**Problem description:** Search the records below for "IFCLOCALPLACEMENT"; copy each line that has it.

==== Extracted data ====

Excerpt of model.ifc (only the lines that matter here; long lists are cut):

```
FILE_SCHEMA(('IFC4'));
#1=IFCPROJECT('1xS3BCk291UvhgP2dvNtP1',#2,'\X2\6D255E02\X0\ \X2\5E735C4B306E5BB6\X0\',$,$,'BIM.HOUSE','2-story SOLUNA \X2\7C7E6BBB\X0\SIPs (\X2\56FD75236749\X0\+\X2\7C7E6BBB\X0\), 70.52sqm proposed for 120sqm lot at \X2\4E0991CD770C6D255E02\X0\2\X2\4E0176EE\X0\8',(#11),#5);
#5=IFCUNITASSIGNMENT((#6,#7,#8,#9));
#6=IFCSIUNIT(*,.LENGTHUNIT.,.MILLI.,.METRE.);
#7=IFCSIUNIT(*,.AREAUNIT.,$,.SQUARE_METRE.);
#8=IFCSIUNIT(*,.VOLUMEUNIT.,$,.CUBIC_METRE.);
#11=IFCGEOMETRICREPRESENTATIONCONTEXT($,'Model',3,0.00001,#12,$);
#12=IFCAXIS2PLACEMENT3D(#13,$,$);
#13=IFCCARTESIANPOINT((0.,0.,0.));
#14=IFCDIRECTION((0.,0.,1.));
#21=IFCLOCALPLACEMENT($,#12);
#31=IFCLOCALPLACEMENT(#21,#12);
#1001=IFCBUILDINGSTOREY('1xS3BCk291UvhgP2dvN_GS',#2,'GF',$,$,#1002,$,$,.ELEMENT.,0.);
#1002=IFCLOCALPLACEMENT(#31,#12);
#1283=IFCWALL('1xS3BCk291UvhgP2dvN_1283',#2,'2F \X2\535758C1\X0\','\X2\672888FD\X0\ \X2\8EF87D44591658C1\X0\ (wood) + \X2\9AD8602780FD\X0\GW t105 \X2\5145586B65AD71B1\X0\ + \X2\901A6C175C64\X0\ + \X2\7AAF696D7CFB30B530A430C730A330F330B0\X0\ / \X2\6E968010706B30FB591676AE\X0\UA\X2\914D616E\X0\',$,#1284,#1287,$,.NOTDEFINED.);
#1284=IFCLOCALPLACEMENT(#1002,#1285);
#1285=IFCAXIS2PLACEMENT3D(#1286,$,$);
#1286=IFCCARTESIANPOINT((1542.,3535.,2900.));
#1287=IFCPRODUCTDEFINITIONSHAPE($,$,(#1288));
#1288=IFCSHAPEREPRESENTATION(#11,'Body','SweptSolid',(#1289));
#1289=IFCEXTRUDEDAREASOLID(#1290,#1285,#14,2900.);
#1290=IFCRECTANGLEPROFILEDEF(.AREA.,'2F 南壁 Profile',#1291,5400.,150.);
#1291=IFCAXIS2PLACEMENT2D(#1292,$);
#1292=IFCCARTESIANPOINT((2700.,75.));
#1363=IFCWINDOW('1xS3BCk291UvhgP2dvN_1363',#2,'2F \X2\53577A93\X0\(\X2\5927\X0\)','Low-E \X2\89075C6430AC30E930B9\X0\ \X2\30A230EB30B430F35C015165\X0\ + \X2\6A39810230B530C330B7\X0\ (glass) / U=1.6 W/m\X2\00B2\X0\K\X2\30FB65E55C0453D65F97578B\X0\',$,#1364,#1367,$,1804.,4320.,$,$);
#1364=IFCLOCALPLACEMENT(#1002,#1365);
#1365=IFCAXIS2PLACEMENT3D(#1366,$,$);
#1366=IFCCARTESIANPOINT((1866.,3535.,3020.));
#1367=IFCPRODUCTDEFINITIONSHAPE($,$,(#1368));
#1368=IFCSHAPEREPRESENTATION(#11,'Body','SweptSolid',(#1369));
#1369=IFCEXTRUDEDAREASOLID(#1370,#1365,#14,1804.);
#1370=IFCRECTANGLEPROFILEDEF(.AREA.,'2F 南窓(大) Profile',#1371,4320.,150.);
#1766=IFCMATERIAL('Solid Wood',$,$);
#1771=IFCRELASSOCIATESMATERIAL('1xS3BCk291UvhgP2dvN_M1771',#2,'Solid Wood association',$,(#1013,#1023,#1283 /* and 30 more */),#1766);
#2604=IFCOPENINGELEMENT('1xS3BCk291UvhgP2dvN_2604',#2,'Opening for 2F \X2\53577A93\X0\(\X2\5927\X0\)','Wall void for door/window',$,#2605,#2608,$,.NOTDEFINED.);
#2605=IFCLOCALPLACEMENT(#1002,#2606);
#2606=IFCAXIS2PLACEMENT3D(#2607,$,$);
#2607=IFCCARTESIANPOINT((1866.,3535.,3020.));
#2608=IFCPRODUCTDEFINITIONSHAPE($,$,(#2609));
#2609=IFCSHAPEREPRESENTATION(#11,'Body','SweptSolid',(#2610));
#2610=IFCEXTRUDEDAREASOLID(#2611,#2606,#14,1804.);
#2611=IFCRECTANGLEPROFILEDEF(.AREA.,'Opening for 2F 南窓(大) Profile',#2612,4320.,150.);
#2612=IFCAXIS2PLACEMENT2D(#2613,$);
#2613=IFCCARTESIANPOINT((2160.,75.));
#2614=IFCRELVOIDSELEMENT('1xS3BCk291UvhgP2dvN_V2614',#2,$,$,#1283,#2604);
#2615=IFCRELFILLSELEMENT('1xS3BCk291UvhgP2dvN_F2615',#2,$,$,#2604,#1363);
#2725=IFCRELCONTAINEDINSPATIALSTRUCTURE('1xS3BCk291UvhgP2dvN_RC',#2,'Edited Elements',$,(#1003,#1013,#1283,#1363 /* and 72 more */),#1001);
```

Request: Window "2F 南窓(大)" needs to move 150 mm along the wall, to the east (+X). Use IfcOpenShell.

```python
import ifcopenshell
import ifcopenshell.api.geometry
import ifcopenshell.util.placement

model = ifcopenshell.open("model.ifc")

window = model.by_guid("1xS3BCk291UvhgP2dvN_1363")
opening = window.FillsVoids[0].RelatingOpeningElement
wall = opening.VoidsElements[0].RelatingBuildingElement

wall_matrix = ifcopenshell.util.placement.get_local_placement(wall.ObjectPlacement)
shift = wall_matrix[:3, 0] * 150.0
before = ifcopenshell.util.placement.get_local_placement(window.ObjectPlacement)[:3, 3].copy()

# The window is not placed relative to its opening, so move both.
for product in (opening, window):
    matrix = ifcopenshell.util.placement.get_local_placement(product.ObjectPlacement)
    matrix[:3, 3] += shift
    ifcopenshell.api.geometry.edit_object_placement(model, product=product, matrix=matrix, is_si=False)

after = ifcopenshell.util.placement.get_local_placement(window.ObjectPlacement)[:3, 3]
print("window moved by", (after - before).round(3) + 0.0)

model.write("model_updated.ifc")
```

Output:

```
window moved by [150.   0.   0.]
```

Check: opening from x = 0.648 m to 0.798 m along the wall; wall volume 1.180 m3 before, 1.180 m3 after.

====
==== Extracted data ====

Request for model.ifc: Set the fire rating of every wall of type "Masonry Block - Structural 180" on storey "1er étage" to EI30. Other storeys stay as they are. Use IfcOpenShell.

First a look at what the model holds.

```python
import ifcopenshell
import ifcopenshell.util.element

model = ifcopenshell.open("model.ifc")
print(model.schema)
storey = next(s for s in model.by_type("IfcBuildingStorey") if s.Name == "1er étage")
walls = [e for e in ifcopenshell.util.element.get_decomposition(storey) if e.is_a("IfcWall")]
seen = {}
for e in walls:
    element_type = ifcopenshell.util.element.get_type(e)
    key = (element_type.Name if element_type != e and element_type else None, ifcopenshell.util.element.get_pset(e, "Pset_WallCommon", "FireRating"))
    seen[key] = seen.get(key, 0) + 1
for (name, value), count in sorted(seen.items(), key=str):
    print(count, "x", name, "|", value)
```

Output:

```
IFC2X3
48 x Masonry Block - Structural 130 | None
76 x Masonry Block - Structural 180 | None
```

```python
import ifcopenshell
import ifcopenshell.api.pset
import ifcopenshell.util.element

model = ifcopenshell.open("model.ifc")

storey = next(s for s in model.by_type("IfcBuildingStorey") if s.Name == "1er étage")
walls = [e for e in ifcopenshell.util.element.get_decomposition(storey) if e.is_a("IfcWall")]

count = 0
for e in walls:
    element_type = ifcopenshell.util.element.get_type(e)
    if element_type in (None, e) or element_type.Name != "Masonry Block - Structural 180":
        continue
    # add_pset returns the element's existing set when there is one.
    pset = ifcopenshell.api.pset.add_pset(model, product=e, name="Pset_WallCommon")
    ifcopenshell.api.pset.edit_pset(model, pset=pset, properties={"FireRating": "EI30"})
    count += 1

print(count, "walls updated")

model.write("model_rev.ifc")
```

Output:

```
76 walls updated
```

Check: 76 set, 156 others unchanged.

====

**Answer section:**
#21=IFCLOCALPLACEMENT($,#12);
#31=IFCLOCALPLACEMENT(#21,#12);
#1002=IFCLOCALPLACEMENT(#31,#12);
#1284=IFCLOCALPLACEMENT(#1002,#1285);
#1364=IFCLOCALPLACEMENT(#1002,#1365);
#2605=IFCLOCALPLACEMENT(#1002,#2606);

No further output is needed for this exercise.